Using mathematical mixtures, the addition of δ15N to expand the CSSI FA mixing line, improved the model by 22% compared to using only δ13C FAs. The evaluation of possible combinations of tracers indicated that δ15N + δ13C FA26 was the optimal tracer set and had a 62% improvement compared to δ15N + all δ13C FAs. LDA tracer selection is regularly used in the literature to select the optimal suite of tracers to increase model performance. However, in this case, the tracers selected by the LDA did not provide the optimal tracer selection. Additional δ13C FA tracers had a negative influence on model performance, indicating that increasing the number of conservative tracers does not necessarily result in improved performance, as previously suggested when using a Bayesian framework. However, the reduction in number of tracers will increase the influence of any non-conservative tracers. As mathematical mixtures, by definition, do not contain non-conservative tracers, the potential influence of non-conservative tracers needs careful consideration when apportioning sediment sources.

Our results indicated there is a reduction of predictive bias when using a single FA tracer. Using a novel SDA test, additional FAs were shown to have non-unique mixing spaces. Considering MixSIAR uses the relative source-sediment-source positions for un-mixing, any tracer which exhibits a non-unique mixing space can be seen as non-informative. Using a clone tracer to evaluate MixSIAR’s performance handling non-informative tracers resulted in strong evidence of MixSIAR’s insufficient handling of tracers with non-unique mixing spaces. In particular, model performance decreased when using additional FA as well as clone tracers.

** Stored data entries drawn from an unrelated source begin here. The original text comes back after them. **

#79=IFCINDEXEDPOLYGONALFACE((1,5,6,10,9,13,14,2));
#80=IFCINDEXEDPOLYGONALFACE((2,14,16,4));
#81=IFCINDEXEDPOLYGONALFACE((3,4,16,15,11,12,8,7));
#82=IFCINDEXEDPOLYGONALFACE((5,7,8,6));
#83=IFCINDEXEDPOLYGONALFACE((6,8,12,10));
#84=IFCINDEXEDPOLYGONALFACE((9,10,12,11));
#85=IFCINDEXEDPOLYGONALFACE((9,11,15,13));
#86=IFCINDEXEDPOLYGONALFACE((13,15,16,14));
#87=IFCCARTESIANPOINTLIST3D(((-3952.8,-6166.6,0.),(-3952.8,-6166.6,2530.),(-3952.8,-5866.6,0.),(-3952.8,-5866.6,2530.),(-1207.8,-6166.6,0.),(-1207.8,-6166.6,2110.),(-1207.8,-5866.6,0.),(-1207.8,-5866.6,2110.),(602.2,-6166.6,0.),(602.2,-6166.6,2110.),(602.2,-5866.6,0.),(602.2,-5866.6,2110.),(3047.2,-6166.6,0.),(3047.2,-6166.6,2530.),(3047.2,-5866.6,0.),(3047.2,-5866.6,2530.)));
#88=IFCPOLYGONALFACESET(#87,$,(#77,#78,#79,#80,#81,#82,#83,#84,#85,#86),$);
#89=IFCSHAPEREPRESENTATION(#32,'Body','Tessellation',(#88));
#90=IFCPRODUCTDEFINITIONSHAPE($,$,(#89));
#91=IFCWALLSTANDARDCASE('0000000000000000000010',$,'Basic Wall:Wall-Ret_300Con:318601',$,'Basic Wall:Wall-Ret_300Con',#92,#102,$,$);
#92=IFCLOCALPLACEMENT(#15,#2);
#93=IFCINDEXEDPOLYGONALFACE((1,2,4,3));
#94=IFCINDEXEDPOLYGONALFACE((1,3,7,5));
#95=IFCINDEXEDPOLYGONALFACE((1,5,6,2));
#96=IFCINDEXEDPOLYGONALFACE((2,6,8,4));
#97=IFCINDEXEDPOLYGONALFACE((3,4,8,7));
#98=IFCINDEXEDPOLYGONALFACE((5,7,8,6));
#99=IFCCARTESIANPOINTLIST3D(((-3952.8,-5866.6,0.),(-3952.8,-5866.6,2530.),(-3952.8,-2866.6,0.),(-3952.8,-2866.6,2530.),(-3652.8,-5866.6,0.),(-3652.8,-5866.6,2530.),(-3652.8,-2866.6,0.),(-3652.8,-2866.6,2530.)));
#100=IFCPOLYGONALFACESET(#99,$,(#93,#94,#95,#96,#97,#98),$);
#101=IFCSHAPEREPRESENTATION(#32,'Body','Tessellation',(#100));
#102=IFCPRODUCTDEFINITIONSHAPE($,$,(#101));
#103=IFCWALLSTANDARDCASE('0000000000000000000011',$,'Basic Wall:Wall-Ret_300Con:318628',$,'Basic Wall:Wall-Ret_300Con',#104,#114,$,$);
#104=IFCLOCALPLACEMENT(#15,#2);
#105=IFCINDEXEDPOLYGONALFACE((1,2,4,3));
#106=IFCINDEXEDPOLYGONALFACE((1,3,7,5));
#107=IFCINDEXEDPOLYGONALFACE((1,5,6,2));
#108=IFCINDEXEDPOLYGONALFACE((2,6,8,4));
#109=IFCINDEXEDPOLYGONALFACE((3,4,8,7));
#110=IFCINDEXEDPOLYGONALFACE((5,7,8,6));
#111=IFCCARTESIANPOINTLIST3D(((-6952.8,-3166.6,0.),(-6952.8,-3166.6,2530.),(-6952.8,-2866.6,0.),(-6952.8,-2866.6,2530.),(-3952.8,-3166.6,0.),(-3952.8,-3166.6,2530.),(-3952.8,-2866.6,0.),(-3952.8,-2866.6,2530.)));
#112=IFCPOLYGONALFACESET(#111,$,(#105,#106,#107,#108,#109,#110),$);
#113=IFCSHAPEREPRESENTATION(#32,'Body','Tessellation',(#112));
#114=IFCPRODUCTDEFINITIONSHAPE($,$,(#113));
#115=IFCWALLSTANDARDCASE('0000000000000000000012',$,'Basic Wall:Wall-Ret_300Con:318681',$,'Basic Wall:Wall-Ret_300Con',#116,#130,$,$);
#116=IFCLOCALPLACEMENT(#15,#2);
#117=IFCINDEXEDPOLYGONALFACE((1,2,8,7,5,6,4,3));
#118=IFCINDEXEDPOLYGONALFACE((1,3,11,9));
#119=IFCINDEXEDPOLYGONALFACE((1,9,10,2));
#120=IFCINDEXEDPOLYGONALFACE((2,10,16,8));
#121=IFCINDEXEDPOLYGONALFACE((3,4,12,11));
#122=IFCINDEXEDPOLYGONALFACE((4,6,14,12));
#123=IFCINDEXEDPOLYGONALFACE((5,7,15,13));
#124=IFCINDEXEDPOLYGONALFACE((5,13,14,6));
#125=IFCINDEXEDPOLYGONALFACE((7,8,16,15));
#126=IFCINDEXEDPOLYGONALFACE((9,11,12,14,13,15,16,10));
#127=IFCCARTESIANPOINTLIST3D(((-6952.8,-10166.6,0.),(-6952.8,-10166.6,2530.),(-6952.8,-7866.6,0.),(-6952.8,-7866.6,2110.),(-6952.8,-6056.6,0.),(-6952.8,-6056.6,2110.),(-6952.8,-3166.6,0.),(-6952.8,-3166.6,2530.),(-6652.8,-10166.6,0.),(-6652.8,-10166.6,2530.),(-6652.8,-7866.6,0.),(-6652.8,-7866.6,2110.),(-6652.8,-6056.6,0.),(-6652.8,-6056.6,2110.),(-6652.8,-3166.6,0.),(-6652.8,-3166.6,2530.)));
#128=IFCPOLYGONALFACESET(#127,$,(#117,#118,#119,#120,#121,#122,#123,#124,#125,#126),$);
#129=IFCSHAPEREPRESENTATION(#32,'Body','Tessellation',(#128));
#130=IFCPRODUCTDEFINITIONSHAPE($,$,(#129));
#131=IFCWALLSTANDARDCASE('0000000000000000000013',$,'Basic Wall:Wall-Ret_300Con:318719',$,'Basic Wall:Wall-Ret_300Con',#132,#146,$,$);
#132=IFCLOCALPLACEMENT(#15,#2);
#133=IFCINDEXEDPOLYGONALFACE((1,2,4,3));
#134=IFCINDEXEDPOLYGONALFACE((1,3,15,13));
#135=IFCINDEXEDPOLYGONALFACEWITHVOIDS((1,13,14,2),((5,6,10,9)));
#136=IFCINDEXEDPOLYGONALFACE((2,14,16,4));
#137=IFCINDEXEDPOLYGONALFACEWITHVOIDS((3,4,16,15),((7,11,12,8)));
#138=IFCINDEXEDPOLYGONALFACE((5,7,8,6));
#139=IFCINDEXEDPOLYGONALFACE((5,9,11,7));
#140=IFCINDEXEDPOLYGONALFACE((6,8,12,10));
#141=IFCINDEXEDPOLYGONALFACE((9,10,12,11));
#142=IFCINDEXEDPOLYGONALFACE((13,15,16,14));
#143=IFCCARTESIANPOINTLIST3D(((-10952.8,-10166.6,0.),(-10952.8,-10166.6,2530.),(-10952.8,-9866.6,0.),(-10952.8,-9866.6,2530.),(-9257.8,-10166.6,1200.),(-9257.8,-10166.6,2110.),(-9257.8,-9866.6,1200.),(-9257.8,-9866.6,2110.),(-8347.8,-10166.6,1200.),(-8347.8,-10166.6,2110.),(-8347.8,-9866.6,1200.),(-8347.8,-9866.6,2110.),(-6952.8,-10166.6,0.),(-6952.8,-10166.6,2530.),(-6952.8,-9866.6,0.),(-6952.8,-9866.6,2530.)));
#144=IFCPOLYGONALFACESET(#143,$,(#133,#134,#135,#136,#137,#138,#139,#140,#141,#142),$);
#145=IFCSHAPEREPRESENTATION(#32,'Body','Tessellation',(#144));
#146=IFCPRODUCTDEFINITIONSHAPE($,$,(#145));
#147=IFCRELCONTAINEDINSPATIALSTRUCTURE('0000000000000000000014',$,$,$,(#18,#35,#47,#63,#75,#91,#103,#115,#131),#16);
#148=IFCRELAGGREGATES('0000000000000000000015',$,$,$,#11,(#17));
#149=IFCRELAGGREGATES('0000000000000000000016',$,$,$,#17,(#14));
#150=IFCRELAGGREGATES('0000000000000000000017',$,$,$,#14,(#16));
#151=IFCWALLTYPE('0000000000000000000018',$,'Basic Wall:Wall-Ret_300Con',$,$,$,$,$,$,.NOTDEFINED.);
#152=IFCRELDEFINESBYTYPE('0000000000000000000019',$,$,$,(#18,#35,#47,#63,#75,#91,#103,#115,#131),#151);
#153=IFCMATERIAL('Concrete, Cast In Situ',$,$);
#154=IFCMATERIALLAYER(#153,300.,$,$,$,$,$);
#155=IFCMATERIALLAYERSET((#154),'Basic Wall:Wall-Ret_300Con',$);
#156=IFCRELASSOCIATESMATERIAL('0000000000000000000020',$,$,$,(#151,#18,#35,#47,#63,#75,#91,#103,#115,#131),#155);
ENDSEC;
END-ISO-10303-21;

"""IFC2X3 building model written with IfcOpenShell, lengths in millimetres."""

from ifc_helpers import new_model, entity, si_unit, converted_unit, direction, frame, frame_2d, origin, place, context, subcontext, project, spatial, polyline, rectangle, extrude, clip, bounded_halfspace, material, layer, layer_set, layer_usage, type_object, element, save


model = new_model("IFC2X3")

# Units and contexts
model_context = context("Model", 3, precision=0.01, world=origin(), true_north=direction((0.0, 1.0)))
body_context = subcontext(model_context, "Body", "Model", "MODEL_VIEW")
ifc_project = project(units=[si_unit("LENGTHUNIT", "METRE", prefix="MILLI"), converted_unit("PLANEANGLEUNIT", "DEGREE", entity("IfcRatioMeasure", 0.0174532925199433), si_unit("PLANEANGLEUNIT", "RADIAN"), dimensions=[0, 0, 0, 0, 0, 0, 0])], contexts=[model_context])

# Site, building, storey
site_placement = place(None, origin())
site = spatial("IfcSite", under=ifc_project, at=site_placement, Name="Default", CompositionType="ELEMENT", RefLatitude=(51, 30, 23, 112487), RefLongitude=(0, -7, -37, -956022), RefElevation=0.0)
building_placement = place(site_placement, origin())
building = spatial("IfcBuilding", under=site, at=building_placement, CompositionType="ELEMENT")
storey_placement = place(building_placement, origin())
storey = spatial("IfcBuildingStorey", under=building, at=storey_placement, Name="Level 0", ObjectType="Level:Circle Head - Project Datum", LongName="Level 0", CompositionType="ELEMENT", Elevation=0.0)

Land-use-specific sediment source apportionment using FA CSSIs requires a supplemental offset tracer that is not dependent on the C3-C4 discrimination pathway. Since a single FA CSSI had the best performance with an additional offset tracer, an alternative single tracer to FA CSSIs that uses the C3-C4 discrimination pathway for source discrimination such as bulk isotopes may be more accessible and have similar unmixing performance. However, the conservativeness and unmixing performance of these tracers need to be explored further; the latter can be evaluated confidently by using mathematical mixtures. Even though adding δ15N as a tracer in this study outperformed the combination of several FA CSSI, δ15N may be prone to isotopic fractionation during the degradation of molecules and thus may not meet the requirement of a conservative tracer under real world situations, where molecules are subject to transport and possible degradation. δ15N may be useful in scenarios where the balance between beneficial information gained by improving source discrimination outweighs any effect of modification or fractionation of the tracer during sediment mobilization, transport and deposition processes. Here, we capitalized on the availability of δ15N data (which is analysed simultaneously with bulk δ13C) to demonstrate the utility of additional tracers that have an alternative mixing space.

In fingerprinting applications, additional tracer selection steps should be considered, including: 1) checking the uniqueness of tracer mixing spaces by SDA, with the removal of tracers that show non-unique mixing spaces, and 2) where feasible, analysing all combinations and permutations of tracers using mathematical mixtures to further optimize tracer selection. Although computationally intensive, it can help identify the optimal tracer suite for modelling. Even though this method is applied to FA CSSI and δ15N tracers in this study, this method is potentially appropriate for broader application to identify non-informative tracers. This includes multiple fingerprinting parameters (e.g. fallout radionuclides, spectra and geochemical tracers) in which the co-linearity of tracers is not uncommon. However, we suggest further exploration of mathematical mixtures to determine the effect of different error structures on model performance and the validity of organic matter or particle size corrections. We anticipate that the use of mathematical mixtures and tracer combinations as a decisive tracer selection step will enable a wider range of applications for sediment fingerprinting, improve our knowledge of the dynamics of soil and sediment in the environment, and enhance soil erosion mitigation techniques.